The dearth of proteins encoded in the BX-C suggested that the vast majority of the sequence, most of which is evolutionarily conserved, must be regulatory. That the regulation of a transcription factor could be so intricate was a novel realization, but it made sense when the expression patterns of the Hox proteins were found to be exceptionally granular in time and space (White and Wilcox 1984; Beachy et al. 1985; Kuziora and McGinnis 1988; Celniker et al. 1989; Delorenzi and Bienz 1990; Macias et al. 1990; Karch et al. 1990; Boulet et al. 1991; Sánchez-Herrero 1991).

A pleasant surprise of the early mapping was that mutant lesions were so easy to find. Point mutations outside of the coding regions were very rare, despite multiple mutagenesis screens by Lewis using the chemical mutagen ethyl methane sulfonate (EMS). Regulatory sequences, such as enhancers, are difficult to damage with single base changes. X-rays, by contrast, generated several deletions and many rearrangement breaks; mapping these made it possible to discern the layout of the genes of the BX-C and their regulatory regions.

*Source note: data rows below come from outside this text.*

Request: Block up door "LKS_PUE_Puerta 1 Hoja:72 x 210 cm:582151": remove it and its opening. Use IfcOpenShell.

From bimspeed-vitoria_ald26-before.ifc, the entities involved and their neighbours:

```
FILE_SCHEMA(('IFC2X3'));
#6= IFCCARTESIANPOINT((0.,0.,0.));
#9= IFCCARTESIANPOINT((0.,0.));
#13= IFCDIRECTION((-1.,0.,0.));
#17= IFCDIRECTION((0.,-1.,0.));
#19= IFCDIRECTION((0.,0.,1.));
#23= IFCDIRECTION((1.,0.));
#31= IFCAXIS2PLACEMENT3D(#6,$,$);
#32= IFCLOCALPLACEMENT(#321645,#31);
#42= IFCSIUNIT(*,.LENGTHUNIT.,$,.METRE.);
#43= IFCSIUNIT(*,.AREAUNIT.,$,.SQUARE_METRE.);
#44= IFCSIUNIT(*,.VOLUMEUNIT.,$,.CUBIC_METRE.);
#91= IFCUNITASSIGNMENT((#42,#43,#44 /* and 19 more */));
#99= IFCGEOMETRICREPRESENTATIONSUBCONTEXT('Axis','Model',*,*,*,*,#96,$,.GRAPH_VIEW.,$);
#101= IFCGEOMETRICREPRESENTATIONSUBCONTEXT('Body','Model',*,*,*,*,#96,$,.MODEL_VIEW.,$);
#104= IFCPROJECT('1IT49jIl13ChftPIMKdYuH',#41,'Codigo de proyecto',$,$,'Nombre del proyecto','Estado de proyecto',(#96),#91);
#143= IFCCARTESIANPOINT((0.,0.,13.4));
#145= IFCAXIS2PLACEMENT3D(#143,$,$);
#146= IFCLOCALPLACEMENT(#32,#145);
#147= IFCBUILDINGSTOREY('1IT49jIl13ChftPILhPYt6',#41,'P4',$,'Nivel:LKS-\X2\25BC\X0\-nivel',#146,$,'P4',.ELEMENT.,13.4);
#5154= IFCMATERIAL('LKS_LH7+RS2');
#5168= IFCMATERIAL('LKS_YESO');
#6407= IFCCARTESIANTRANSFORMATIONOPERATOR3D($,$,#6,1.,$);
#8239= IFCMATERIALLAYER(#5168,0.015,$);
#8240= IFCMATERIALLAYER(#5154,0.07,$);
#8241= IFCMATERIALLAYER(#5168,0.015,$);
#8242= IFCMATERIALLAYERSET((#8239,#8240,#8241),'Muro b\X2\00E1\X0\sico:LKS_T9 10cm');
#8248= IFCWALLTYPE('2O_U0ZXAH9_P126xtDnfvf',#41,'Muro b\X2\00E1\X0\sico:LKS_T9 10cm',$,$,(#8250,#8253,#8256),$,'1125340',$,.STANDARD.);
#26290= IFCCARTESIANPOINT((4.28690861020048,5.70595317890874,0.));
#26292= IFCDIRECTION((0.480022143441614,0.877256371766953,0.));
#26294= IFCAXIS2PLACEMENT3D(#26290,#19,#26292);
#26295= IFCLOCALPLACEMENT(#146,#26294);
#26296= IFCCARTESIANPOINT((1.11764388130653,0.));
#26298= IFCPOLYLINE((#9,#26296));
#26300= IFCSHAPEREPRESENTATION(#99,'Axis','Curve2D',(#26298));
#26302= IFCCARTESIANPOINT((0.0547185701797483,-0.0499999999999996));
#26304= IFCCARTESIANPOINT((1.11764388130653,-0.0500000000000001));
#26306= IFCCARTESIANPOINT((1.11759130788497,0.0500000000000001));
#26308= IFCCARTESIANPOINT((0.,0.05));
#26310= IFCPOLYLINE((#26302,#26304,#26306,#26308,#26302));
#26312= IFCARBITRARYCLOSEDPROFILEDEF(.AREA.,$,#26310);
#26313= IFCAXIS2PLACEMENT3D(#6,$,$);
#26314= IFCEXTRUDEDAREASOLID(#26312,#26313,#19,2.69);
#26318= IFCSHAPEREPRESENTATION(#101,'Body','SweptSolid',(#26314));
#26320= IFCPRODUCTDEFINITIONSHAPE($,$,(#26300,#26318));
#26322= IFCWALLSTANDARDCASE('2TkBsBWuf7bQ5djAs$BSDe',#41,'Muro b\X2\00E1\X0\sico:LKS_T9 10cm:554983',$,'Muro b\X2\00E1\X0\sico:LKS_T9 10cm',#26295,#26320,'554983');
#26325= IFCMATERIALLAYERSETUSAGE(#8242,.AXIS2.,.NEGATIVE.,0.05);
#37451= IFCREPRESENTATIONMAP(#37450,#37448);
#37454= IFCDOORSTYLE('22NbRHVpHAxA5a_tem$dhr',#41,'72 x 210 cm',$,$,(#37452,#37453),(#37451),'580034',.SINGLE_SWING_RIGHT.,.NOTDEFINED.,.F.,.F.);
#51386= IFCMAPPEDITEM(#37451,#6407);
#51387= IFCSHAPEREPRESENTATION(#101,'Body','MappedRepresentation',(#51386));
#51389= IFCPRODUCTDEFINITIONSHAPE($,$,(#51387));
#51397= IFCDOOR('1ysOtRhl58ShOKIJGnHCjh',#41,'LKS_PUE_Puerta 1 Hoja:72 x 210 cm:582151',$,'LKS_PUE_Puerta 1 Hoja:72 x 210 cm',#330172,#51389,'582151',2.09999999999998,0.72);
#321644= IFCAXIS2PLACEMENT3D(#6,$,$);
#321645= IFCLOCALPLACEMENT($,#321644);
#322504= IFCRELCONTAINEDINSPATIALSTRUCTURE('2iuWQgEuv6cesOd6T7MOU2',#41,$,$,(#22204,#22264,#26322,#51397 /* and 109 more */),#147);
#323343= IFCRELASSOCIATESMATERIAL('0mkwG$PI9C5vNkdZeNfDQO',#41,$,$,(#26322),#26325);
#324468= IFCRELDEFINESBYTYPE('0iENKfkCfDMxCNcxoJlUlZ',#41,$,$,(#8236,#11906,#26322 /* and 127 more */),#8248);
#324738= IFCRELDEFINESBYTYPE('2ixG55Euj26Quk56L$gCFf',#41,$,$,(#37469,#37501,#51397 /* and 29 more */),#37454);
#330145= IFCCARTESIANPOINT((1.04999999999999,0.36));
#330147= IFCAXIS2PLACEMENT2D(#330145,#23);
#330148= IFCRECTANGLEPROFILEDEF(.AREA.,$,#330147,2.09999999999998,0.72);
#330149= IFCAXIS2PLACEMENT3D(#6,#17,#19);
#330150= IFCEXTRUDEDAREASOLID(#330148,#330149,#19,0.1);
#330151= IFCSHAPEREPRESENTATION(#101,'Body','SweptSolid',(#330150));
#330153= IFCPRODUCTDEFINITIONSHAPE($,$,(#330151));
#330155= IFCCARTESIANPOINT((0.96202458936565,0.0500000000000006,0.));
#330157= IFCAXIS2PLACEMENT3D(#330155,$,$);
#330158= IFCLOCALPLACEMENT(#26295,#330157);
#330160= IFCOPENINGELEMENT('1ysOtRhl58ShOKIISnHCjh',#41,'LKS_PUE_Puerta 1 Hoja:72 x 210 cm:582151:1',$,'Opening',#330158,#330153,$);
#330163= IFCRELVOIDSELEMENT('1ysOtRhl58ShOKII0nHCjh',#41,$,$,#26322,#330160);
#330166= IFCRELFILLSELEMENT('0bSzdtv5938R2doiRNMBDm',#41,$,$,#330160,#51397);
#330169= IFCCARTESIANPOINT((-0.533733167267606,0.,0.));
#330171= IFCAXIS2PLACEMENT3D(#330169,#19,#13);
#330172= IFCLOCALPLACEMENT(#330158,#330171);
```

```python
import ifcopenshell
import ifcopenshell.api.feature
import ifcopenshell.api.root
import ifcopenshell.geom
import ifcopenshell.util.shape

model = ifcopenshell.open("bimspeed-vitoria_ald26-before.ifc")
settings = ifcopenshell.geom.settings()


def volume(element):
    """Net volume in cubic metres, openings subtracted."""
    shape = ifcopenshell.geom.create_shape(settings, element)
    return ifcopenshell.util.shape.get_volume(shape.geometry)


door = model.by_guid("1ysOtRhl58ShOKIJGnHCjh")
opening = door.FillsVoids[0].RelatingOpeningElement
wall = opening.VoidsElements[0].RelatingBuildingElement
before = volume(wall)

ifcopenshell.api.root.remove_product(model, product=door)
ifcopenshell.api.feature.remove_feature(model, feature=opening)

after = volume(wall)

print(f"wall volume {before:.3f} -> {after:.3f} m3")

model.write("bimspeed-vitoria_ald26-before_v2.ifc")
```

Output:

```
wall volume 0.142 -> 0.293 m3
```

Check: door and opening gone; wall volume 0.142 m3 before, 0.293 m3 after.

Most spontaneous mutations in the BX-C and elsewhere were associated with mobile element insertions. Curiously, the majority of insertions in the BX-C with penetrant phenotypes were due to one particular transposable element named “gypsy.” These and other gypsy-induced mutations could be phenotypically reverted by a second-site mutation in the gene for suppressor-of-Hairy-wing [su(Hw)] (Modolell et al. 1983). Some revertants of gypsy-induced mutations had small deletions within gypsy in a region of tandem repeats (Peifer and Bender 1988), shown to be binding sites for the SU(HW) protein, a zinc-finger DNA-binding protein (Spana et al. 1988). The cluster of SU(HW) binding sites in the gypsy element was an early example of an “insulator,” able to block enhancer/promoter interactions (Geyer and Corces 1992; Gdula et al. 1996).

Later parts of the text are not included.